The idea behind the last strategy is to separate the graph into strongly connected community and to isolate these communities from the rest of the network. Like this, an epidemy that would start in a community cannot extend to the rest of the network, preserving the vast majority of the population. We implemented it by using the Clauset-Newman-Moore greedy modularity maximization, present in the function greedy_modularity_communities of the library networkx (https://networkx.org/documentation/stable/reference/algorithms/generated/networkx.algorithms.community.modularity_max.greedy_modularity_communities.html). Once we have our communities we use method from the boudaries section of networkx to find the edges between every communities. Then we cut them. You can see a representation of the different communities and the edges between them. This method is computationally efficient and provide excellent result, this is the one we should use to fight the epidemy.

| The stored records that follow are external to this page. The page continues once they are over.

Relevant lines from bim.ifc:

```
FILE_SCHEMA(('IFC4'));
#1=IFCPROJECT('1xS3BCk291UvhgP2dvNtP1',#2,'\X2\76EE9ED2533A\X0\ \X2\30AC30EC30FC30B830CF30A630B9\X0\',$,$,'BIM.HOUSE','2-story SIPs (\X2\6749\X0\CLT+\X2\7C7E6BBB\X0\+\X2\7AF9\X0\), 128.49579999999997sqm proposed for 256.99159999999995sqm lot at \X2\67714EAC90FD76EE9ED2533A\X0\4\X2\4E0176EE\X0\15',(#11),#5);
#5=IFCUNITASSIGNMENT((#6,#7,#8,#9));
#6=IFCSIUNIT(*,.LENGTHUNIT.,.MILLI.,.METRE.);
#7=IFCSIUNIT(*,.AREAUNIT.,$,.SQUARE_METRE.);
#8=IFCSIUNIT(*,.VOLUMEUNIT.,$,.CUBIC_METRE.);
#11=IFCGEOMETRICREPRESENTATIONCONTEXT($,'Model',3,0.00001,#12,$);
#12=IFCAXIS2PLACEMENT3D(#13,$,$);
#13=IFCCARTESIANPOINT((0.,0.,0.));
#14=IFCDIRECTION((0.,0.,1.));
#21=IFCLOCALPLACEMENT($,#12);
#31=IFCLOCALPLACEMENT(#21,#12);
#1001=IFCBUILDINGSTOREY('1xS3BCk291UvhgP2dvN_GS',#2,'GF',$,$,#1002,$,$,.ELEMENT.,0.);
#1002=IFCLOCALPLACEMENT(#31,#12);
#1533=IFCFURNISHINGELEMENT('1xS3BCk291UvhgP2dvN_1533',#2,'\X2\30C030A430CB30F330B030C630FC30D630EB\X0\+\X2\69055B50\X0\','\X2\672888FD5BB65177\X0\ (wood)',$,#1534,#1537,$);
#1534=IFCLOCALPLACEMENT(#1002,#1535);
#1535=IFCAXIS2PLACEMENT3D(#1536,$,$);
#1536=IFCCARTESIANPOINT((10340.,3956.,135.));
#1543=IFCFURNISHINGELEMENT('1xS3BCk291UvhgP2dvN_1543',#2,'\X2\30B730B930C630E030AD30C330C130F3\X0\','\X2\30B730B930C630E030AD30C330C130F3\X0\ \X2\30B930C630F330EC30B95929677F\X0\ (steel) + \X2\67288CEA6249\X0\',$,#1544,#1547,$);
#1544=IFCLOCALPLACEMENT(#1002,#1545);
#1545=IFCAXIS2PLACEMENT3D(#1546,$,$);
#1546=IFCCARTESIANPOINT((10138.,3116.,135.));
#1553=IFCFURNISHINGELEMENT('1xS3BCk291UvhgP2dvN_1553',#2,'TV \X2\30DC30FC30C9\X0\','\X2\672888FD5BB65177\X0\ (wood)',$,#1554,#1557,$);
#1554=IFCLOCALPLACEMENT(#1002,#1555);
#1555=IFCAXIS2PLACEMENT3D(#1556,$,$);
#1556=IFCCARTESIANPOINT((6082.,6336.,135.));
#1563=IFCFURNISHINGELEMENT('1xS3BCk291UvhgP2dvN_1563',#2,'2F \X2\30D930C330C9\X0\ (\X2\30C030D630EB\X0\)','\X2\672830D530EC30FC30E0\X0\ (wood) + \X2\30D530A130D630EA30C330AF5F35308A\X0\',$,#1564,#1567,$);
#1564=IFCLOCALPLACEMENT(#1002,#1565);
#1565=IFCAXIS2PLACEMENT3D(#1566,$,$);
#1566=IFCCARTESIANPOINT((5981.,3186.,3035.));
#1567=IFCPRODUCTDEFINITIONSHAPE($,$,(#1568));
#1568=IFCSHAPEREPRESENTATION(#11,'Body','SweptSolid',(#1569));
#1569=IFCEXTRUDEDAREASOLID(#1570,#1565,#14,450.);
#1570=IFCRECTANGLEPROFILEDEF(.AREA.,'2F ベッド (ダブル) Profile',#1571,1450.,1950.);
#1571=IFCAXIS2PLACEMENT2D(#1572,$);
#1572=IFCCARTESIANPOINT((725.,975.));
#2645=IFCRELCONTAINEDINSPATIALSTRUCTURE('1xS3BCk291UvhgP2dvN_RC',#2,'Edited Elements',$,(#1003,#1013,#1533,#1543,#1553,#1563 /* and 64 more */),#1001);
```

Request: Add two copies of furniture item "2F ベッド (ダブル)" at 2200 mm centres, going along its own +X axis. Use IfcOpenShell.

```python
import ifcopenshell
import ifcopenshell.api.geometry
import ifcopenshell.api.root
import ifcopenshell.util.element
import ifcopenshell.util.placement

model = ifcopenshell.open("bim.ifc")


def reuse_history(source, copy):
    """copy_class also copies each property set's owner history, people and application; keep the originals."""
    for rel in copy.IsDefinedBy:
        if rel.is_a("IfcRelDefinesByProperties") and (history := rel.RelatingPropertyDefinition.OwnerHistory):
            rel.RelatingPropertyDefinition.OwnerHistory = source.OwnerHistory
            ifcopenshell.util.element.remove_deep2(model, history)


source = model.by_guid("1xS3BCk291UvhgP2dvN_1563")
base = ifcopenshell.util.placement.get_local_placement(source.ObjectPlacement)
step = base[:3, 0] * 2200.0

for i in range(1, 3):
    copy = ifcopenshell.api.root.copy_class(model, product=source)
    copy.Representation = ifcopenshell.util.element.copy_deep(
        model, source.Representation, exclude=["IfcGeometricRepresentationContext", "IfcRepresentationMap"]
    )
    reuse_history(source, copy)
    matrix = base.copy()
    matrix[:3, 3] += i * step
    print("added at", matrix[:3, 3].round(3) + 0.0)
    ifcopenshell.api.geometry.edit_object_placement(model, product=copy, matrix=matrix, is_si=False)

model.write("bim-out.ifc")
```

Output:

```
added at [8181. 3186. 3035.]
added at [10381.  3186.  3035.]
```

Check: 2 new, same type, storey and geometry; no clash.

Note that we cut at max ~750 edges because this is the number of boudary edges. So incrementing the budget over 750 won't result in any changes. To optimize even more this strategy we could implement a reccurent function that works on the communities of the initial graph to split them into sub-communities, etc. We prefered exploring various strategy rather than optimizing even more this strategy that reaches already 97% of susceptible at day 30 in average.

In [None]:
communities = nx.algorithms.community.greedy_modularity_communities(G)

In [None]:
part3.draw_communities(G, communities, boundaries=True)

In [None]:
part3.strategy_4_simulation(nodes_list,edges_list)

## Cost/Effectiveness comparison

To have a clearer view of the real "value" of our strategy we provide a small graph of their cost-effectiveness

In [None]:
random = []
vaccination = []
betweenness = []
community = []
strategies = ["random","vaccination","betweenness","community"]
budgets = [100,200,300,400,500,600,700,800,900,1000,1500,2000,2500,5000,7500,10000]
for b in budgets:
    random.append(part3.compute_mean_susceptible(nodes_list, edges_list, b, "random"))
    vaccination.append(part3.compute_mean_susceptible(nodes_list, edges_list, b, "vaccination"))
    betweenness.append(part3.compute_mean_susceptible(nodes_list, edges_list, b, "betweenness"))
    community.append(part3.compute_mean_susceptible(nodes_list, edges_list, b, "community"))

In [None]:
fig, ax = plt.subplots()
ax.set_title("Comparison of cost/effectiveness for different strategies") 
ax.set_xlabel("budget")
ax.set_ylabel("% of Susceptible")
ax.plot(budgets, random, label="Random")
ax.plot(budgets, vaccination, label="Vaccination")
ax.plot(budgets, betweenness, label="Betweenness")
ax.plot(budgets, community, label="Community")
ax.legend()

We can see that the community strategy is growing exponentially reaching quickly around 97% of Susceptible. The betweenness one is slightly better than linear, but if we compare to its computationnal cost, it has a really bad cost-effectiveness. The vaccination and random strategy are sub-linear and thus pretty inneficient.